--- Requirement ---
When you find the line that contains "from ifc_helpers import", restate it and all lines after it exactly, stopping at the end of the material.

--- Dataset extract ---
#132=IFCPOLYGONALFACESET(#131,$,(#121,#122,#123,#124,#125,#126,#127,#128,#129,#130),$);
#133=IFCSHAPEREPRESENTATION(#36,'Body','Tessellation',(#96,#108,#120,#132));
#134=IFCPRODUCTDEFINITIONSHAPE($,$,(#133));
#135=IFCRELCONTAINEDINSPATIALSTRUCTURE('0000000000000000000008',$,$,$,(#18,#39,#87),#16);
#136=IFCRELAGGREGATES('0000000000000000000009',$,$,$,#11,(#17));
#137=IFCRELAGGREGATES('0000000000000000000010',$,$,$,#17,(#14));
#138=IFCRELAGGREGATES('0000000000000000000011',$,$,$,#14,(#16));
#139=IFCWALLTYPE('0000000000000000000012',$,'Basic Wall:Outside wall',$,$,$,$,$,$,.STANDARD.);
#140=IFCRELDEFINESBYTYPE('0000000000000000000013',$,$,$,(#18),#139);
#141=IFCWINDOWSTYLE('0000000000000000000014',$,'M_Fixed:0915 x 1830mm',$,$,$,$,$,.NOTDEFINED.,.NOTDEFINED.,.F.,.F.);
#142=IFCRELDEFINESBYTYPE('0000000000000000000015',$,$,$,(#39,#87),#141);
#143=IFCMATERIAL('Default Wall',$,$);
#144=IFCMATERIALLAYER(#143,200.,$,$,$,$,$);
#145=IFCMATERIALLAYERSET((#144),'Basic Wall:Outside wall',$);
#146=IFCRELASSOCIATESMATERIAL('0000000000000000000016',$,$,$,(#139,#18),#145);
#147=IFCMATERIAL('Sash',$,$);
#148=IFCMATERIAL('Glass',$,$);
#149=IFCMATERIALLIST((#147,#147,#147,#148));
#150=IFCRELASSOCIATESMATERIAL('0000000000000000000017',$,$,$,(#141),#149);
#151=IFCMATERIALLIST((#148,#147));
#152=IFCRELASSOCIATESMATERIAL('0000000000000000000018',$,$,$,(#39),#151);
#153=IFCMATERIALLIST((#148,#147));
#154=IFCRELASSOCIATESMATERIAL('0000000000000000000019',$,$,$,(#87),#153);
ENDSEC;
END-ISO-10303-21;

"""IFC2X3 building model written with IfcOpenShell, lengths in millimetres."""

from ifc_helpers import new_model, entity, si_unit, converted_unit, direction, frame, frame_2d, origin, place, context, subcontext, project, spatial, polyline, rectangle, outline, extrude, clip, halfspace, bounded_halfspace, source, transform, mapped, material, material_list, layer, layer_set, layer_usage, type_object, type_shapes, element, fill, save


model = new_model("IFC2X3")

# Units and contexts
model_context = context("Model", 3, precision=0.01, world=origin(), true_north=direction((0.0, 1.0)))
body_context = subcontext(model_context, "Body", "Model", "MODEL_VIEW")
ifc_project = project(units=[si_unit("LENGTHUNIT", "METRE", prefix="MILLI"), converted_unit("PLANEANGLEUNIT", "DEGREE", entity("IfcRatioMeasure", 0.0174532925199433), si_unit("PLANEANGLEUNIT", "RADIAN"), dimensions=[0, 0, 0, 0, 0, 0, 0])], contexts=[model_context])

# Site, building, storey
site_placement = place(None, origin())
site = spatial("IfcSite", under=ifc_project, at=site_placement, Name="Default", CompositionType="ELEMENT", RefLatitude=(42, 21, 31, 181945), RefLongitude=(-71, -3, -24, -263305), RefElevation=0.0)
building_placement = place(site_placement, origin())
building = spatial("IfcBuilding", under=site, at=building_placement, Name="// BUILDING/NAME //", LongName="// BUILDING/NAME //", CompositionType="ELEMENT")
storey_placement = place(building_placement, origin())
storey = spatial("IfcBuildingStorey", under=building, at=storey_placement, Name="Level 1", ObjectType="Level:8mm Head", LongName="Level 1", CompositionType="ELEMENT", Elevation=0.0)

--- Worked solution ---
from ifc_helpers import new_model, entity, si_unit, converted_unit, direction, frame, frame_2d, origin, place, context, subcontext, project, spatial, polyline, rectangle, outline, extrude, clip, halfspace, bounded_halfspace, source, transform, mapped, material, material_list, layer, layer_set, layer_usage, type_object, type_shapes, element, fill, save


model = new_model("IFC2X3")

# Units and contexts
model_context = context("Model", 3, precision=0.01, world=origin(), true_north=direction((0.0, 1.0)))
body_context = subcontext(model_context, "Body", "Model", "MODEL_VIEW")
ifc_project = project(units=[si_unit("LENGTHUNIT", "METRE", prefix="MILLI"), converted_unit("PLANEANGLEUNIT", "DEGREE", entity("IfcRatioMeasure", 0.0174532925199433), si_unit("PLANEANGLEUNIT", "RADIAN"), dimensions=[0, 0, 0, 0, 0, 0, 0])], contexts=[model_context])

# Site, building, storey
site_placement = place(None, origin())
site = spatial("IfcSite", under=ifc_project, at=site_placement, Name="Default", CompositionType="ELEMENT", RefLatitude=(42, 21, 31, 181945), RefLongitude=(-71, -3, -24, -263305), RefElevation=0.0)
building_placement = place(site_placement, origin())
building = spatial("IfcBuilding", under=site, at=building_placement, Name="// BUILDING/NAME //", LongName="// BUILDING/NAME //", CompositionType="ELEMENT")
storey_placement = place(building_placement, origin())
storey = spatial("IfcBuildingStorey", under=building, at=storey_placement, Name="Level 1", ObjectType="Level:8mm Head", LongName="Level 1", CompositionType="ELEMENT", Elevation=0.0)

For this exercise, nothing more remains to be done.